Absent a policyholder’s income, there might be a financial shortfall in paying day-to-day household expenses, or for debts and big-ticket items such as tuition, for example.

“Who will be responsible for your funeral costs and final medical bills? Would your family have to relocate? Will there be adequate funds for future or ongoing expenses such as daycare, mortgage payments, or college?” the department said in a consumer guide.

Single people without kids may also have financial obligations, such as funeral expenses, medical bills, debts like credit cards or student loans, and financial support for elderly parents, the IDOI said.

What type of life insurance to buy

There are two broad types of life insurance: term and permanent.

Term insurance will typically be best for most consumers, according to financial advisors.

These policies last for a designated term, perhaps 10, 20 or 30 years. They generally carry fixed monthly premiums.

The length of one’s financial obligation is a good guide to the term one should choose, Shapiro said.

It’s absolutely clear to me there’s a very large gap here.

Scott Shapiro

U.S. insurance sector leader at KPMG

If a policyholder’s spouse is 35 years old and the policyholder seeks a financial hedge until their spouse retires — perhaps at age 65 — the buyer might choose a term of 30 years, for example. Ensuring there’s enough money for young kids to go to college might mean having a policy that lasts about 20 years.

Permanent life insurance, such as a whole or universal life policy, is meant to last throughout life.

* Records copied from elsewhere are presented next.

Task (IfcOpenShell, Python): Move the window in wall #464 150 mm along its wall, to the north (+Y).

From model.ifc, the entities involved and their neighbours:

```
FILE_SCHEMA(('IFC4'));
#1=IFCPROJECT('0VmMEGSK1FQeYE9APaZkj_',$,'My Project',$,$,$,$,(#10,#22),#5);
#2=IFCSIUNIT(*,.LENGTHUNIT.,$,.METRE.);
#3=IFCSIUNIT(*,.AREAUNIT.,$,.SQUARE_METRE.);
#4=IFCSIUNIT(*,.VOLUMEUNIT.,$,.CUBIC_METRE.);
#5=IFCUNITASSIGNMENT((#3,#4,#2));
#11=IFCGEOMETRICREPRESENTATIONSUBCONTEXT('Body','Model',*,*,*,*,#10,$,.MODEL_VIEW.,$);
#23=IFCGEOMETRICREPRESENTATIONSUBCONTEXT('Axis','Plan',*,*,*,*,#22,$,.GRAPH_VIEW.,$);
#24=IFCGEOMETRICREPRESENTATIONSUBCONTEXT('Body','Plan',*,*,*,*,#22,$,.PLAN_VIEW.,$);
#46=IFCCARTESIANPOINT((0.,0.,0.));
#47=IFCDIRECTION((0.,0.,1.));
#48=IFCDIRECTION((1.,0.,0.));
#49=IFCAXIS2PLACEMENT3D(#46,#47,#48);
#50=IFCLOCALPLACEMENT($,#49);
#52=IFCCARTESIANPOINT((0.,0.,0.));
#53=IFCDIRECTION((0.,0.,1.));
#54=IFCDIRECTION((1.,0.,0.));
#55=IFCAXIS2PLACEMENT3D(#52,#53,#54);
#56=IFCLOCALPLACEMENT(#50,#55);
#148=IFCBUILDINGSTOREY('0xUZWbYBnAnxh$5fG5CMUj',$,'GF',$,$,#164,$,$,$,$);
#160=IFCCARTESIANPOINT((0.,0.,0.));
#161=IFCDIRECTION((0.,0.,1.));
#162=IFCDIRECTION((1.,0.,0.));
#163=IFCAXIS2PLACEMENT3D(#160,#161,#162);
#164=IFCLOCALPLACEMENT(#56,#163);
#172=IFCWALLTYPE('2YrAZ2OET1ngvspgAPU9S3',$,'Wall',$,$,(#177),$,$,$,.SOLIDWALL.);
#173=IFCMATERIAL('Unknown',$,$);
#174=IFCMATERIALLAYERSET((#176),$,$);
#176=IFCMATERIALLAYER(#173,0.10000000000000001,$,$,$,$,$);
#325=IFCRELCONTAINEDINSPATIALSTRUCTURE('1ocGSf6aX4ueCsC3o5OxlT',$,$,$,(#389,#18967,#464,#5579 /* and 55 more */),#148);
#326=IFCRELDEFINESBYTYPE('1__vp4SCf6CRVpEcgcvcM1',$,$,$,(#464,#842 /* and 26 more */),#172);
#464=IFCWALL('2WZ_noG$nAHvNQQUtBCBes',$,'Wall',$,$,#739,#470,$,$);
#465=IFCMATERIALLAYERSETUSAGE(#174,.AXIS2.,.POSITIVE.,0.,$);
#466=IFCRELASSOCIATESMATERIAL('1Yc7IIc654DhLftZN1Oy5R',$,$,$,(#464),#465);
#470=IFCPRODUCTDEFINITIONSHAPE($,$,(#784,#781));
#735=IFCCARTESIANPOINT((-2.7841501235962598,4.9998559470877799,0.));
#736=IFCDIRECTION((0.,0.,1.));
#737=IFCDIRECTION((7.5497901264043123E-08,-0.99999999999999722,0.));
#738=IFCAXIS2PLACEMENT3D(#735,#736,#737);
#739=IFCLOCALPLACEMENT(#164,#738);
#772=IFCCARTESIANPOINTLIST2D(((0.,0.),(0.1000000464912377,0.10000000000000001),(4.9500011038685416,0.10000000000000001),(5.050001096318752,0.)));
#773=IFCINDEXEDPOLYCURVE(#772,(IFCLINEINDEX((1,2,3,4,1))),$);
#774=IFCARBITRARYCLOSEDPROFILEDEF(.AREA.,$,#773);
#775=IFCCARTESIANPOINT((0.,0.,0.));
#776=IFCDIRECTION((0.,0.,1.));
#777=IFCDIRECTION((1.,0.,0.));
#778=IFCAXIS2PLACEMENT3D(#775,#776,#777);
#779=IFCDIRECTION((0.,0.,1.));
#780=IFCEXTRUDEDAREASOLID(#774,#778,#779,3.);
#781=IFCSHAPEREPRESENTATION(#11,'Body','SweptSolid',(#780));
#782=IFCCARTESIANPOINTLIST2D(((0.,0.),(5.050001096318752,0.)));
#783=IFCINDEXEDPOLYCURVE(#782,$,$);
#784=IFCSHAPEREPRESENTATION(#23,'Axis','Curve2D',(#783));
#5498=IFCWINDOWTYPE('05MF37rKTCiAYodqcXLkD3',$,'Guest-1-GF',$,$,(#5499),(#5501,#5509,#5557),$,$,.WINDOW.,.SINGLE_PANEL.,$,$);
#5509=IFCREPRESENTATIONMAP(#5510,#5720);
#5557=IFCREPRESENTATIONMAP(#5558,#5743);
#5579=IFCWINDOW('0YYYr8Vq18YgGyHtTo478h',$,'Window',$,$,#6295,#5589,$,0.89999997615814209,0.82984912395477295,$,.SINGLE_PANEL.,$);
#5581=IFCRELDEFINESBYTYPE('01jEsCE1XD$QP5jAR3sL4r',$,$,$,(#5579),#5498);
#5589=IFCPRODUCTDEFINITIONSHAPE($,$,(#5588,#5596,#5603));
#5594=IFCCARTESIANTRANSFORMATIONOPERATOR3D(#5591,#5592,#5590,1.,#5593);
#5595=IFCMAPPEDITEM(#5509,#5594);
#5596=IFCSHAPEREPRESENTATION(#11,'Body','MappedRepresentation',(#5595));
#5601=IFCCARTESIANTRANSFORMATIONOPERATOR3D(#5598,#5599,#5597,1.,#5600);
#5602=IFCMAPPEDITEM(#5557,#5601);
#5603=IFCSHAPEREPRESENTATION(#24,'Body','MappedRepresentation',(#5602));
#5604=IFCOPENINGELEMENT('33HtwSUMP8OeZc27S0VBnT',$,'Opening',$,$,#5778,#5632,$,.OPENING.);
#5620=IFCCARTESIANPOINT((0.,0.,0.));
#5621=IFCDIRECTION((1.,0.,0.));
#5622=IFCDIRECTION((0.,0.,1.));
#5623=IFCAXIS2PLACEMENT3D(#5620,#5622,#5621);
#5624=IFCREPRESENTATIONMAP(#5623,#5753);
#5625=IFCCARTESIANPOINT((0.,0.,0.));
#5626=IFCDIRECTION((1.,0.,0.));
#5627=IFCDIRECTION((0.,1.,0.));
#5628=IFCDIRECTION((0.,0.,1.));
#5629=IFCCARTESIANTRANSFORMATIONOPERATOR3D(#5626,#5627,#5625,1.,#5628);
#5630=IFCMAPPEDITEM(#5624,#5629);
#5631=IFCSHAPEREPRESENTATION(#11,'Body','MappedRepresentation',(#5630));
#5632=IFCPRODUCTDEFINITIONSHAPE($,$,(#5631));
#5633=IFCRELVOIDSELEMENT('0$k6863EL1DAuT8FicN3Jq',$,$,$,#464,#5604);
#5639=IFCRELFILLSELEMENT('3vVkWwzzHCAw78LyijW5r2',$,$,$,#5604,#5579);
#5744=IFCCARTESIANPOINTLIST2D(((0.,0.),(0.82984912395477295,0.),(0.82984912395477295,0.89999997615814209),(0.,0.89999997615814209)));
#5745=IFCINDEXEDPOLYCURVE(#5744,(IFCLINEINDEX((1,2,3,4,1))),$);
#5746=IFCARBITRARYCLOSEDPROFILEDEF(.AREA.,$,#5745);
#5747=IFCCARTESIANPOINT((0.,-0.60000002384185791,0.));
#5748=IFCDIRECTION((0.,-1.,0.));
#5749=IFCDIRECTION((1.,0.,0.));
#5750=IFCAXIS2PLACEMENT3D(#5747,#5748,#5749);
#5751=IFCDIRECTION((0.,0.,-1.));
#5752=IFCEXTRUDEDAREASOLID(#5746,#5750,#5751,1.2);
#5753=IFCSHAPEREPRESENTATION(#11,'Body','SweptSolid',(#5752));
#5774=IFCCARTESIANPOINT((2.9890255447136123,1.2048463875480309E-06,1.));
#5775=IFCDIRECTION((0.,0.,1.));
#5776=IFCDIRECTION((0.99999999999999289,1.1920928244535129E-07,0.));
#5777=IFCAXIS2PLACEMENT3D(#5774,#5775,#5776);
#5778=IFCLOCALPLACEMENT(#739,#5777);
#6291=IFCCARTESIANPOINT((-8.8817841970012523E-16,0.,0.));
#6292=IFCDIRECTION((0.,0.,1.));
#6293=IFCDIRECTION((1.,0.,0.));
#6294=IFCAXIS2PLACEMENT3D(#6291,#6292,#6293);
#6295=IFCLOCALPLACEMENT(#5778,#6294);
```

```python
import ifcopenshell
import ifcopenshell.api.geometry
import ifcopenshell.util.placement
import ifcopenshell.util.unit

model = ifcopenshell.open("model.ifc")
unit_scale = ifcopenshell.util.unit.calculate_unit_scale(model)

window = model.by_guid("0YYYr8Vq18YgGyHtTo478h")
opening = window.FillsVoids[0].RelatingOpeningElement
wall = opening.VoidsElements[0].RelatingBuildingElement

wall_matrix = ifcopenshell.util.placement.get_local_placement(wall.ObjectPlacement)
shift = wall_matrix[:3, 0] * -0.15 / unit_scale
before = ifcopenshell.util.placement.get_local_placement(window.ObjectPlacement)[:3, 3].copy()

# The window is placed relative to its opening, so it follows when the opening moves.
matrix = ifcopenshell.util.placement.get_local_placement(opening.ObjectPlacement)
matrix[:3, 3] += shift
ifcopenshell.api.geometry.edit_object_placement(
    model, product=opening, matrix=matrix, is_si=False, should_transform_children=True
)

after = ifcopenshell.util.placement.get_local_placement(window.ObjectPlacement)[:3, 3]
print("window moved by", (after - before).round(3) + 0.0)

model.write("model_updated.ifc")
```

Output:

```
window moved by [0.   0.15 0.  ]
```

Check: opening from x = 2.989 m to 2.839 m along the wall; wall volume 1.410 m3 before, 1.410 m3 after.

It may make sense for consumers to pay for a lifelong policy if they want to leave a financial legacy for charities, or reasonably expect to develop a medical condition that can make it harder to get insurance later.

Permanent insurance is generally more costly and complex than a term policy, advisors said. For example, it often carries an interest-bearing account in addition to the insurance component.

Policyholders can build up cash value over time depending on factors such as dividends or investment returns. The cash value can have various uses: to pay insurance premiums, as collateral for a loan, or as cash in the event a buyer surrenders their policy in the future.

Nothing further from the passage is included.